* _TASK_:
All of the records need to be retyped exactly, with no line dropped.

────

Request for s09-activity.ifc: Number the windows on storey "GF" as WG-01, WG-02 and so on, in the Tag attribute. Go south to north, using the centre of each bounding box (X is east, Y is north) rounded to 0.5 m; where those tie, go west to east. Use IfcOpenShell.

First a look at what the model holds.

```python
import ifcopenshell
import ifcopenshell.util.element
import ifcopenshell.util.placement

model = ifcopenshell.open("s09-activity.ifc")
print(model.schema)
storey = next(s for s in model.by_type("IfcBuildingStorey") if s.Name == "GF")
windows = [e for e in ifcopenshell.util.element.get_decomposition(storey) if e.is_a("IfcWindow")]
for e in sorted(windows, key=lambda e: e.id()):
    origin = ifcopenshell.util.placement.get_local_placement(e.ObjectPlacement)[:3, 3]
    print(e.id(), e.Tag, e.Name, origin.round(2) + 0.0, sep=" | ")
```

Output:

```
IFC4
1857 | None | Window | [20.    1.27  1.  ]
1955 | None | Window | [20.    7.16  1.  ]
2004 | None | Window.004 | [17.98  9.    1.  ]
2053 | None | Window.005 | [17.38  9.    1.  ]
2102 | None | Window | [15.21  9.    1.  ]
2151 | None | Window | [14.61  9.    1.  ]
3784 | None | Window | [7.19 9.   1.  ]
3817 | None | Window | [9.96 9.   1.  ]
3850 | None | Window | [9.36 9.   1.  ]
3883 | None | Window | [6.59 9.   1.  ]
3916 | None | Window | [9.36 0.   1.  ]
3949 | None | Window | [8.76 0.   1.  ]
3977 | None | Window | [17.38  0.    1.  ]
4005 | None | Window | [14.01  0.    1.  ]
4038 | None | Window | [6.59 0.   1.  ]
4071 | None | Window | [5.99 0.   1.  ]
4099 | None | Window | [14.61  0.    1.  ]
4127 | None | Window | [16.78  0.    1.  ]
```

```python
import ifcopenshell
import ifcopenshell.geom
import ifcopenshell.util.element
import ifcopenshell.util.shape

model = ifcopenshell.open("s09-activity.ifc")
settings = ifcopenshell.geom.settings()
settings.set("use-world-coords", True)


def centre(element):
    shape = ifcopenshell.geom.create_shape(settings, element)
    return ifcopenshell.util.shape.get_bbox_centroid(shape.geometry)


storey = next(s for s in model.by_type("IfcBuildingStorey") if s.Name == "GF")
windows = [e for e in ifcopenshell.util.element.get_decomposition(storey) if e.is_a("IfcWindow")]

# Insertion points can sit at a corner or the storey origin, so sort by the geometry (in metres).
centres = {e: centre(e) for e in windows}
windows.sort(key=lambda e: (round(centres[e][1] / 0.5), centres[e][0]))

for i, e in enumerate(windows, start=1):
    number = f"WG-{i:02d}"
    e.Tag = number
    print(e.id(), number)

model.write("s09-activity_updated.ifc")
```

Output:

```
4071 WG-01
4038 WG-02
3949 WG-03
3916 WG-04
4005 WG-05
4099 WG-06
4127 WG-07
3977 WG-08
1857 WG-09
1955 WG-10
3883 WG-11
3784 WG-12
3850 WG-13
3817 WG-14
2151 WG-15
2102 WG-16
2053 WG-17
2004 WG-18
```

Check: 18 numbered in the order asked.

────

* _TASK RESULT_:
Request for s09-activity.ifc: Number the windows on storey "GF" as WG-01, WG-02 and so on, in the Tag attribute. Go south to north, using the centre of each bounding box (X is east, Y is north) rounded to 0.5 m; where those tie, go west to east. Use IfcOpenShell.

First a look at what the model holds.

```python
import ifcopenshell
import ifcopenshell.util.element
import ifcopenshell.util.placement

model = ifcopenshell.open("s09-activity.ifc")
print(model.schema)
storey = next(s for s in model.by_type("IfcBuildingStorey") if s.Name == "GF")
windows = [e for e in ifcopenshell.util.element.get_decomposition(storey) if e.is_a("IfcWindow")]
for e in sorted(windows, key=lambda e: e.id()):
    origin = ifcopenshell.util.placement.get_local_placement(e.ObjectPlacement)[:3, 3]
    print(e.id(), e.Tag, e.Name, origin.round(2) + 0.0, sep=" | ")
```

Output:

```
IFC4
1857 | None | Window | [20.    1.27  1.  ]
1955 | None | Window | [20.    7.16  1.  ]
2004 | None | Window.004 | [17.98  9.    1.  ]
2053 | None | Window.005 | [17.38  9.    1.  ]
2102 | None | Window | [15.21  9.    1.  ]
2151 | None | Window | [14.61  9.    1.  ]
3784 | None | Window | [7.19 9.   1.  ]
3817 | None | Window | [9.96 9.   1.  ]
3850 | None | Window | [9.36 9.   1.  ]
3883 | None | Window | [6.59 9.   1.  ]
3916 | None | Window | [9.36 0.   1.  ]
3949 | None | Window | [8.76 0.   1.  ]
3977 | None | Window | [17.38  0.    1.  ]
4005 | None | Window | [14.01  0.    1.  ]
4038 | None | Window | [6.59 0.   1.  ]
4071 | None | Window | [5.99 0.   1.  ]
4099 | None | Window | [14.61  0.    1.  ]
4127 | None | Window | [16.78  0.    1.  ]
```

```python
import ifcopenshell
import ifcopenshell.geom
import ifcopenshell.util.element
import ifcopenshell.util.shape

model = ifcopenshell.open("s09-activity.ifc")
settings = ifcopenshell.geom.settings()
settings.set("use-world-coords", True)


def centre(element):
    shape = ifcopenshell.geom.create_shape(settings, element)
    return ifcopenshell.util.shape.get_bbox_centroid(shape.geometry)


storey = next(s for s in model.by_type("IfcBuildingStorey") if s.Name == "GF")
windows = [e for e in ifcopenshell.util.element.get_decomposition(storey) if e.is_a("IfcWindow")]

# Insertion points can sit at a corner or the storey origin, so sort by the geometry (in metres).
centres = {e: centre(e) for e in windows}
windows.sort(key=lambda e: (round(centres[e][1] / 0.5), centres[e][0]))

for i, e in enumerate(windows, start=1):
    number = f"WG-{i:02d}"
    e.Tag = number
    print(e.id(), number)

model.write("s09-activity_updated.ifc")
```

Output:

```
4071 WG-01
4038 WG-02
3949 WG-03
3916 WG-04
4005 WG-05
4099 WG-06
4127 WG-07
3977 WG-08
1857 WG-09
1955 WG-10
3883 WG-11
3784 WG-12
3850 WG-13
3817 WG-14
2151 WG-15
2102 WG-16
2053 WG-17
2004 WG-18
```

Check: 18 numbered in the order asked.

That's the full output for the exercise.